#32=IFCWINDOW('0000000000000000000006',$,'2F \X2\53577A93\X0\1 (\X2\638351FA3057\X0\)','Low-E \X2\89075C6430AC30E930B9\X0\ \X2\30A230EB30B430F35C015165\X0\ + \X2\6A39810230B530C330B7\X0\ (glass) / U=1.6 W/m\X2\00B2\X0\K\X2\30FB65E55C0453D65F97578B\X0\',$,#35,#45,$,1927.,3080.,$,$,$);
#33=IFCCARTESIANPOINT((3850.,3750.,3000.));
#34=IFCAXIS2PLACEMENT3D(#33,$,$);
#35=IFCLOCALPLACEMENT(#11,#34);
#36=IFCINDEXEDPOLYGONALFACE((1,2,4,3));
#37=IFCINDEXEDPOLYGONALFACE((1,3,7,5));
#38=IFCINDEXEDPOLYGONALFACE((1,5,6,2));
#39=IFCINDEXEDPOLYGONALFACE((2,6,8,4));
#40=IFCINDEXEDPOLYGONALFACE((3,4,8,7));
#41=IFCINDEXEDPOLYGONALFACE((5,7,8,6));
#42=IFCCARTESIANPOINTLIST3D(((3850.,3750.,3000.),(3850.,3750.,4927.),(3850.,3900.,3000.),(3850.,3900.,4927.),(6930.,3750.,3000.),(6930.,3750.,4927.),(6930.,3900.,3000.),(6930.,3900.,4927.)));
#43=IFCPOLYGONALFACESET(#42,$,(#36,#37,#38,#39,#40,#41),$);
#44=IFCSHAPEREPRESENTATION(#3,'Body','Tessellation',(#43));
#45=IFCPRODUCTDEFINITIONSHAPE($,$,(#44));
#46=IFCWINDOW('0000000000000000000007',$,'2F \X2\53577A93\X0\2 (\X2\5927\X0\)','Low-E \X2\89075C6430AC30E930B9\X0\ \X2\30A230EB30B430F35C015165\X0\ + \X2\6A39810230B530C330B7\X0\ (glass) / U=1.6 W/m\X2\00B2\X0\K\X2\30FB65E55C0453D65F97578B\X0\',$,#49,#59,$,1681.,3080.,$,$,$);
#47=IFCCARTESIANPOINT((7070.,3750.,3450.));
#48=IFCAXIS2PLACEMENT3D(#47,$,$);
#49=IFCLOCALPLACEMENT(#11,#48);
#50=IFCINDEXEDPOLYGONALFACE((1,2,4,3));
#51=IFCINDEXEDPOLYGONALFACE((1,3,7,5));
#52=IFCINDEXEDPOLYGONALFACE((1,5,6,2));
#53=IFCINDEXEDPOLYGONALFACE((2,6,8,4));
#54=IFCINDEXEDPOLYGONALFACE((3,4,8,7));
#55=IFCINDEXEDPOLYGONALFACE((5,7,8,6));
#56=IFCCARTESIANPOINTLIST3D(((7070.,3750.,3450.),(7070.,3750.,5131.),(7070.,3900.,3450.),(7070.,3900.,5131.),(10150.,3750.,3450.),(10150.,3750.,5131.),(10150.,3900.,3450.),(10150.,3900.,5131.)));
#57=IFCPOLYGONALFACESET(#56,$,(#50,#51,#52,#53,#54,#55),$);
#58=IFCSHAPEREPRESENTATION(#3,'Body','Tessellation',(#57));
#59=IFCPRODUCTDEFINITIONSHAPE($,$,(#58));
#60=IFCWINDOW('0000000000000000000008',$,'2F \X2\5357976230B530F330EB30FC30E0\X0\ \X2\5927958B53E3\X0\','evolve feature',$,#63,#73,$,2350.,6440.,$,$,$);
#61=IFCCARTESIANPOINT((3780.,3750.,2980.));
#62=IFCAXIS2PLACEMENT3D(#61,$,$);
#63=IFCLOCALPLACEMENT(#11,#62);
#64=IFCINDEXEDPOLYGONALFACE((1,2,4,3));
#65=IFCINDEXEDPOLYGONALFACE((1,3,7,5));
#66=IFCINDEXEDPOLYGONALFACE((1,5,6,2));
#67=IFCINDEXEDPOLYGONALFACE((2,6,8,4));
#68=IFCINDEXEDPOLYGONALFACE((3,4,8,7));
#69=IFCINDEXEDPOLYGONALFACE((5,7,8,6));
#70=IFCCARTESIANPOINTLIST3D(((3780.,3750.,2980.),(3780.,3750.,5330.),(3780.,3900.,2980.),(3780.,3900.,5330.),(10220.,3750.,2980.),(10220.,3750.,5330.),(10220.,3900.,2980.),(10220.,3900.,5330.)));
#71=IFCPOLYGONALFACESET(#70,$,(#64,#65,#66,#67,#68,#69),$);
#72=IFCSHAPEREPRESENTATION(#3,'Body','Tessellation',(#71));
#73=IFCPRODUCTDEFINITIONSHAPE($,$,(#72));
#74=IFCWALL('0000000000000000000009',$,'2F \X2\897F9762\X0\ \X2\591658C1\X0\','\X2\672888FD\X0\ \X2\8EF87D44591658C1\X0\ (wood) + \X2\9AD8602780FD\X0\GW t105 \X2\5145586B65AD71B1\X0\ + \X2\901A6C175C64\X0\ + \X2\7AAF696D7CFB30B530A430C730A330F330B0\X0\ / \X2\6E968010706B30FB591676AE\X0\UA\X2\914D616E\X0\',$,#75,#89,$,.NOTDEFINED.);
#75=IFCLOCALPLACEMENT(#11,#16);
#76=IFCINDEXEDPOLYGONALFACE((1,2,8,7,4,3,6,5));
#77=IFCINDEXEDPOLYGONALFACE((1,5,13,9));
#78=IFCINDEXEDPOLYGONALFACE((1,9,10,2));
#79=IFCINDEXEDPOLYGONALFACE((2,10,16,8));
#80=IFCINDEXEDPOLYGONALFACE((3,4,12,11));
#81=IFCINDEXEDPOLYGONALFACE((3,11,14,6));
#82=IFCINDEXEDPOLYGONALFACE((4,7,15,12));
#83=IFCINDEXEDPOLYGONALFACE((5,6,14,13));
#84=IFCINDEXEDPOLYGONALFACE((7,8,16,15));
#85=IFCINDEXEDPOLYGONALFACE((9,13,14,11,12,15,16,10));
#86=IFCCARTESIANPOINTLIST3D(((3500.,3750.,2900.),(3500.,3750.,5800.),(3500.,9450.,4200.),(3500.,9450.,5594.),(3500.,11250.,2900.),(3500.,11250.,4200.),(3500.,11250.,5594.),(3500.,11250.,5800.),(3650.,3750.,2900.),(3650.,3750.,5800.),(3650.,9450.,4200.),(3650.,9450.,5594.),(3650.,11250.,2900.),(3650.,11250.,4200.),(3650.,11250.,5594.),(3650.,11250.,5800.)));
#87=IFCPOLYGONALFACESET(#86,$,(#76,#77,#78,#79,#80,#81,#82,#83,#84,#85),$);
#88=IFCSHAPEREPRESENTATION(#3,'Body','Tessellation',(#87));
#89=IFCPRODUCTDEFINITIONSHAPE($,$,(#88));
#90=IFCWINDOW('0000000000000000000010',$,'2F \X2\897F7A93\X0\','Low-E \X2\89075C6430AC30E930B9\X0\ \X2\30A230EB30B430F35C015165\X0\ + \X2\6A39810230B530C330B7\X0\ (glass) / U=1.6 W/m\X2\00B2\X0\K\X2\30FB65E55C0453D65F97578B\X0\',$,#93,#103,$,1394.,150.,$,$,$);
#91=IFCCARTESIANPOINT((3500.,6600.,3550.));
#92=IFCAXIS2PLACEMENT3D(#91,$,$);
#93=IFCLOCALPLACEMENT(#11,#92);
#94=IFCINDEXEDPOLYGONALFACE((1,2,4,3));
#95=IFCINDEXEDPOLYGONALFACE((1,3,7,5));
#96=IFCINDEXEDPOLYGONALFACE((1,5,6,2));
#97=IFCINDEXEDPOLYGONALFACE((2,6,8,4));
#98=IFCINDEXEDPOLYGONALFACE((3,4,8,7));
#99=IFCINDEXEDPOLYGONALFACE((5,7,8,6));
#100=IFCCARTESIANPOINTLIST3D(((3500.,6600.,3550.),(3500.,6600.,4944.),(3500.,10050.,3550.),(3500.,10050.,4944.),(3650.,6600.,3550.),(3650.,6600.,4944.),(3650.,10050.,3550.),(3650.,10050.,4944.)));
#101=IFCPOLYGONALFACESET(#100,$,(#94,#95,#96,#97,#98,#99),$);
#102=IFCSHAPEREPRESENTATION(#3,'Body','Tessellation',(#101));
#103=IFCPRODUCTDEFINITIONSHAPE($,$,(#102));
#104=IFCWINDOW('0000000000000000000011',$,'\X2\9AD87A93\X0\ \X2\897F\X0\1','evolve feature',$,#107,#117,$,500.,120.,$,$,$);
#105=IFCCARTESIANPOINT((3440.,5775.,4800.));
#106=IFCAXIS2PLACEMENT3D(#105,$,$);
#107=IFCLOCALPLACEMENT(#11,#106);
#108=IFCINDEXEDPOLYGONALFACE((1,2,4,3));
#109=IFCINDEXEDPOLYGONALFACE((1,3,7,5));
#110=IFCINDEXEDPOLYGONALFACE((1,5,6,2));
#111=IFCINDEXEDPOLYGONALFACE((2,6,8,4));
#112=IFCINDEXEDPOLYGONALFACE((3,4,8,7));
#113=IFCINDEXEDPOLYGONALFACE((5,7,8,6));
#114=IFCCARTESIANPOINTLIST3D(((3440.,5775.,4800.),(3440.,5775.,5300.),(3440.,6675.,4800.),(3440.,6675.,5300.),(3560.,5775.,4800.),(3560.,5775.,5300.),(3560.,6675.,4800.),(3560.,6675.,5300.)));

· · · ·

» Your instructions:
Give back, exactly as written, the stretch from the line with "#62=IFCAXIS2PLACEMENT3D(#61,$,$);" through the line with "#73=IFCPRODUCTDEFINITIONSHAPE($,$,(#72));", and no other lines from the records above.

» Task response:
#62=IFCAXIS2PLACEMENT3D(#61,$,$);
#63=IFCLOCALPLACEMENT(#11,#62);
#64=IFCINDEXEDPOLYGONALFACE((1,2,4,3));
#65=IFCINDEXEDPOLYGONALFACE((1,3,7,5));
#66=IFCINDEXEDPOLYGONALFACE((1,5,6,2));
#67=IFCINDEXEDPOLYGONALFACE((2,6,8,4));
#68=IFCINDEXEDPOLYGONALFACE((3,4,8,7));
#69=IFCINDEXEDPOLYGONALFACE((5,7,8,6));
#70=IFCCARTESIANPOINTLIST3D(((3780.,3750.,2980.),(3780.,3750.,5330.),(3780.,3900.,2980.),(3780.,3900.,5330.),(10220.,3750.,2980.),(10220.,3750.,5330.),(10220.,3900.,2980.),(10220.,3900.,5330.)));
#71=IFCPOLYGONALFACESET(#70,$,(#64,#65,#66,#67,#68,#69),$);
#72=IFCSHAPEREPRESENTATION(#3,'Body','Tessellation',(#71));
#73=IFCPRODUCTDEFINITIONSHAPE($,$,(#72));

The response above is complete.